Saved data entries

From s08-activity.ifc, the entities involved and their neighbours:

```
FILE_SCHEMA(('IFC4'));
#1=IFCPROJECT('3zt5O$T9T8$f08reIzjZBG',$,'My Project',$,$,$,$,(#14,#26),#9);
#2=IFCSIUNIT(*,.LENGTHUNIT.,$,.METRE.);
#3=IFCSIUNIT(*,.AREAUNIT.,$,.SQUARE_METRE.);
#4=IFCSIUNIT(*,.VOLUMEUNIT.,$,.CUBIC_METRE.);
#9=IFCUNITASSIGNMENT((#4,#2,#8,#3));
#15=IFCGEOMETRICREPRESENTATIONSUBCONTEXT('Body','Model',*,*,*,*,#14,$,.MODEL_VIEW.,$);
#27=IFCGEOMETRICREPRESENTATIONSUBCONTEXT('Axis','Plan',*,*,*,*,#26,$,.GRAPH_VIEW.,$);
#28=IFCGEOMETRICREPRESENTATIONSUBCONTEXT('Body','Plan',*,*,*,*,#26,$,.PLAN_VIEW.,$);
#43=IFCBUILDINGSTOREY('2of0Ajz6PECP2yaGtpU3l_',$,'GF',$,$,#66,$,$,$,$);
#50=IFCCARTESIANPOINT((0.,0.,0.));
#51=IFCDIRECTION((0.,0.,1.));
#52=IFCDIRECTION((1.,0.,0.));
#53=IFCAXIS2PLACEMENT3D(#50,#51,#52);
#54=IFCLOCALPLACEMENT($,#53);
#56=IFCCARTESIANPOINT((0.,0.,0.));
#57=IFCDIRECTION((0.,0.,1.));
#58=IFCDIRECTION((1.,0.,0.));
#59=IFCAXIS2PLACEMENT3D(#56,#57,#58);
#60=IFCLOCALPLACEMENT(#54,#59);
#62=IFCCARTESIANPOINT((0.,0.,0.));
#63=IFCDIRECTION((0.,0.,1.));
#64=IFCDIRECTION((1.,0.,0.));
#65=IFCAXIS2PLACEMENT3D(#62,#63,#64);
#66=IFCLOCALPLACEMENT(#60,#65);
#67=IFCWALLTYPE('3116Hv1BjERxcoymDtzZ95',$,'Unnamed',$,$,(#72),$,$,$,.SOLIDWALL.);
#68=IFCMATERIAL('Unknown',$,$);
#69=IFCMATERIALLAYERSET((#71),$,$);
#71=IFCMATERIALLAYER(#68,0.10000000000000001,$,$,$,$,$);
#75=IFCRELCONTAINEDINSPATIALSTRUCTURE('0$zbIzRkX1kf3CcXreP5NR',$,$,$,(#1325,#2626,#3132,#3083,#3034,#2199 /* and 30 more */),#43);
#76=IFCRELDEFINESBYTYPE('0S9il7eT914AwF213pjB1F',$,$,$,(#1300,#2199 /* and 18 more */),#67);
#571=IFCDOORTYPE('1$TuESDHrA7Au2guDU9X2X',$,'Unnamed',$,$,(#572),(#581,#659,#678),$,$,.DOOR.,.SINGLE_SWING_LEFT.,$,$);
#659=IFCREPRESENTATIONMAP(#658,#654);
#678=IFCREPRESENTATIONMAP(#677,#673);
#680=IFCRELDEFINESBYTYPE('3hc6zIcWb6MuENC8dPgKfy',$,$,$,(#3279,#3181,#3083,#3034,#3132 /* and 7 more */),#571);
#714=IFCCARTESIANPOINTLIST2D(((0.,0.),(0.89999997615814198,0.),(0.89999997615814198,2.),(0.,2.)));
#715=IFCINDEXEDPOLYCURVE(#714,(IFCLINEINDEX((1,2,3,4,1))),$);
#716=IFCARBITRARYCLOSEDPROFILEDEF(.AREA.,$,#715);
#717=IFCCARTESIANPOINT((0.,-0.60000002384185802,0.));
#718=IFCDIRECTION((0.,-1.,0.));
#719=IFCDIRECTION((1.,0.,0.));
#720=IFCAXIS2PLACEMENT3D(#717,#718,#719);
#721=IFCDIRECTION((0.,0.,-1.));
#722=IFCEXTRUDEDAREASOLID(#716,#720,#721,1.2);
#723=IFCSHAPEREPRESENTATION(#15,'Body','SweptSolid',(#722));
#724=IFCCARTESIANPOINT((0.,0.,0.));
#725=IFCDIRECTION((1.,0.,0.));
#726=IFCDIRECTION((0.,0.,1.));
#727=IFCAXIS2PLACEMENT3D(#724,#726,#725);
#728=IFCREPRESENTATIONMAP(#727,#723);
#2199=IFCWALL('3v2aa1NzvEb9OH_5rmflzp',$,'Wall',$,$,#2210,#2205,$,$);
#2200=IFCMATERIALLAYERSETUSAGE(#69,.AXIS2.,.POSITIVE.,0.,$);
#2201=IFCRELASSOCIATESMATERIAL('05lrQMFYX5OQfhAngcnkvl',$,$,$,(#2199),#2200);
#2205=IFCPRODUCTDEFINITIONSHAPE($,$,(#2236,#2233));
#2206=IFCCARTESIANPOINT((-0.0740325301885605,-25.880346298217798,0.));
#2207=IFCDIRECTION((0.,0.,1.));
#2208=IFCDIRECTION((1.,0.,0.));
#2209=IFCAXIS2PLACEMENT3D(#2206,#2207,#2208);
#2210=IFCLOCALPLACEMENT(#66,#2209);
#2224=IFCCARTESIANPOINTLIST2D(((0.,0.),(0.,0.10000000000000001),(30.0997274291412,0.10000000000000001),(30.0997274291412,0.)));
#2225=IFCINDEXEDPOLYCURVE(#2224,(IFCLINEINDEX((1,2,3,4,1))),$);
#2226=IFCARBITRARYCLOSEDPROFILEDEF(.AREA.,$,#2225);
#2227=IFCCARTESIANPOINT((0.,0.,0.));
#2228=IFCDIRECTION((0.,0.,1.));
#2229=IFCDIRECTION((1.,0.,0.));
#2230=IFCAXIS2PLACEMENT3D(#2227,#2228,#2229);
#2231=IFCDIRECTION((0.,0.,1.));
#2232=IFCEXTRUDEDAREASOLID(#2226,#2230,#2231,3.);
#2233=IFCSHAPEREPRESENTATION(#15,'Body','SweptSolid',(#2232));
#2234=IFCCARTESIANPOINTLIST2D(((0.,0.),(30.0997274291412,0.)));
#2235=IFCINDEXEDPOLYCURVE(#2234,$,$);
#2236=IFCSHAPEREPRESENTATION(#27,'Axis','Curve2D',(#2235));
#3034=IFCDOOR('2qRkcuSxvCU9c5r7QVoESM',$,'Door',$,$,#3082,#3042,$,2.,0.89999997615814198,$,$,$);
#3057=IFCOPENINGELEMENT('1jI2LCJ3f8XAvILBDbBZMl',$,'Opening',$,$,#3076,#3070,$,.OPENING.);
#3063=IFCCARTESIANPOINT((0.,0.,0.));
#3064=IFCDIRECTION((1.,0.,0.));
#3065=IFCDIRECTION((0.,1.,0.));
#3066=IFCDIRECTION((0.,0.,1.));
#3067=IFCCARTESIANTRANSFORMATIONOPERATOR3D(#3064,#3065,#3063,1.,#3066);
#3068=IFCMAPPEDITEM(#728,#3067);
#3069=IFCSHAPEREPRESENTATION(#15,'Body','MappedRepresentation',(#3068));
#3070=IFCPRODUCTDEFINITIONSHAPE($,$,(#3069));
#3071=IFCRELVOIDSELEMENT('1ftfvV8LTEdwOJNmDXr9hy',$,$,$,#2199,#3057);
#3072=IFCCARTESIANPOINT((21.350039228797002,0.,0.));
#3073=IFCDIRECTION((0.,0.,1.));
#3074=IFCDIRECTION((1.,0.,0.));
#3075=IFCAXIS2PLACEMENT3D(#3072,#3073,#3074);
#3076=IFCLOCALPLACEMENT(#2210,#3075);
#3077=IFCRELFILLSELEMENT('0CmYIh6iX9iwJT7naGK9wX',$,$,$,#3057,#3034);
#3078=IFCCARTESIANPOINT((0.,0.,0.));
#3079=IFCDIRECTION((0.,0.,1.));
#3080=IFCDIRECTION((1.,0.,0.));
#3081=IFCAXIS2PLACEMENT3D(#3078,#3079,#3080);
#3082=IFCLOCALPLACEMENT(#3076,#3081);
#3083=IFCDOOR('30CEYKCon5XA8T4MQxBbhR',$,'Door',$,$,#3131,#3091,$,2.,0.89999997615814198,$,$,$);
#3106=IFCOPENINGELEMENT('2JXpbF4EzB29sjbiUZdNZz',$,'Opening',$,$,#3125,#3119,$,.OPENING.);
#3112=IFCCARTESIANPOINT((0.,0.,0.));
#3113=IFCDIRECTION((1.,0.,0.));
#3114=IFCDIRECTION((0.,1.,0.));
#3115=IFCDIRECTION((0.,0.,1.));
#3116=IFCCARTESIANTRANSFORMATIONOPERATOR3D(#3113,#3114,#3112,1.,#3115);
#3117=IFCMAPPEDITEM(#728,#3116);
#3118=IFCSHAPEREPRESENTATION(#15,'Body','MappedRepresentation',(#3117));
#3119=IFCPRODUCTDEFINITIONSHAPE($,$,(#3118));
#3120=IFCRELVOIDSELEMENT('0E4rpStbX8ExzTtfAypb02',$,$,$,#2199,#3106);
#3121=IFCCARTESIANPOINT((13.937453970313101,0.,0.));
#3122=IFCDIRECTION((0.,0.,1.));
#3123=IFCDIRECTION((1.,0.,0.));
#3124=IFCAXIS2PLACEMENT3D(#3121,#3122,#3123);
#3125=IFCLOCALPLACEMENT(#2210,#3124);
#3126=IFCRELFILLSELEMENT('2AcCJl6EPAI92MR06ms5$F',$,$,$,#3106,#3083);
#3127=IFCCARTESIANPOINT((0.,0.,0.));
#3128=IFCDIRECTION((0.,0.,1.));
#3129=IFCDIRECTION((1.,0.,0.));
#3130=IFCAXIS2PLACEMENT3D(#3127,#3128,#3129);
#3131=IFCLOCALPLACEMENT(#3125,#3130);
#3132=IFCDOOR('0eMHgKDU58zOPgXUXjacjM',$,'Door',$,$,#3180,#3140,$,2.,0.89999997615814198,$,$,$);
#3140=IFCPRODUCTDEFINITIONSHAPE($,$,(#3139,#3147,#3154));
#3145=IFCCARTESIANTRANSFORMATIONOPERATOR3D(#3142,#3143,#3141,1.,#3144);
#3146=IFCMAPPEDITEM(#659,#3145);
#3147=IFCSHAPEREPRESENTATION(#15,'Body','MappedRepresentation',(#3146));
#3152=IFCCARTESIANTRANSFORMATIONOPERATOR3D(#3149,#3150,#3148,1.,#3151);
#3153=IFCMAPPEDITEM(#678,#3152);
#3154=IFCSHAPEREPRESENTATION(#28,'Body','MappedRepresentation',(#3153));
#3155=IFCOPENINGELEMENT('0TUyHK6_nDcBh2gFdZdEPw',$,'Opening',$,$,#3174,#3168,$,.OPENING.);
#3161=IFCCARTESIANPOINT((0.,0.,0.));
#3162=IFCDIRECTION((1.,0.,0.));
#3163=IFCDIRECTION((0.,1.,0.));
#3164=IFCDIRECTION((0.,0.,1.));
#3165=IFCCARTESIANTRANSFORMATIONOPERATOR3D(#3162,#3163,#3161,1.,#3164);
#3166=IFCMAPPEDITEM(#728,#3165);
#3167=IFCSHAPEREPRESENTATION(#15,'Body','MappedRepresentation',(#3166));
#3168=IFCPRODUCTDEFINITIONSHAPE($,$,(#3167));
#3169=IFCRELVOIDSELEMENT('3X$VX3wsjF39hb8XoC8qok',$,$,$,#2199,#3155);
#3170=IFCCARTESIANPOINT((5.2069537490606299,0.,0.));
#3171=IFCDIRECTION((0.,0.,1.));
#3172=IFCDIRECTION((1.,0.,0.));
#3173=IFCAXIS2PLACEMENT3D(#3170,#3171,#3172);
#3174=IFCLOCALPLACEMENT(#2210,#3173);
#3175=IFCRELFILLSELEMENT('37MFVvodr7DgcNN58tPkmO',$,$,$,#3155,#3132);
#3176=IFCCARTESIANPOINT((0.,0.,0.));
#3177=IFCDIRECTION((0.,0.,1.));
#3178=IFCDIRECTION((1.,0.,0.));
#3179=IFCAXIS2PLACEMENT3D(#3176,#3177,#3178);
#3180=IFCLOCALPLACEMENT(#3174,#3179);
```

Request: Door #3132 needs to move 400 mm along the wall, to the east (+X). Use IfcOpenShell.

```python
import ifcopenshell
import ifcopenshell.api.geometry
import ifcopenshell.util.placement
import ifcopenshell.util.unit

model = ifcopenshell.open("s08-activity.ifc")
unit_scale = ifcopenshell.util.unit.calculate_unit_scale(model)

door = model.by_guid("0eMHgKDU58zOPgXUXjacjM")
opening = door.FillsVoids[0].RelatingOpeningElement
wall = opening.VoidsElements[0].RelatingBuildingElement

wall_matrix = ifcopenshell.util.placement.get_local_placement(wall.ObjectPlacement)
shift = wall_matrix[:3, 0] * 0.4 / unit_scale
before = ifcopenshell.util.placement.get_local_placement(door.ObjectPlacement)[:3, 3].copy()

# The door is placed relative to its opening, so it follows when the opening moves.
matrix = ifcopenshell.util.placement.get_local_placement(opening.ObjectPlacement)
matrix[:3, 3] += shift
ifcopenshell.api.geometry.edit_object_placement(
    model, product=opening, matrix=matrix, is_si=False, should_transform_children=True
)

after = ifcopenshell.util.placement.get_local_placement(door.ObjectPlacement)[:3, 3]
print("door moved by", (after - before).round(3) + 0.0)

model.write("s08-activity_v2.ifc")
```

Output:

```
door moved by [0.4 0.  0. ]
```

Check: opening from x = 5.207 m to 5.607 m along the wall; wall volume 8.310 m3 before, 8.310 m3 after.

Your instructions — Scan the entries above for the string "IFCMAPPEDITEM" and copy each line containing it.

Exercise answer —
#3068=IFCMAPPEDITEM(#728,#3067);
#3117=IFCMAPPEDITEM(#728,#3116);
#3146=IFCMAPPEDITEM(#659,#3145);
#3153=IFCMAPPEDITEM(#678,#3152);
#3166=IFCMAPPEDITEM(#728,#3165);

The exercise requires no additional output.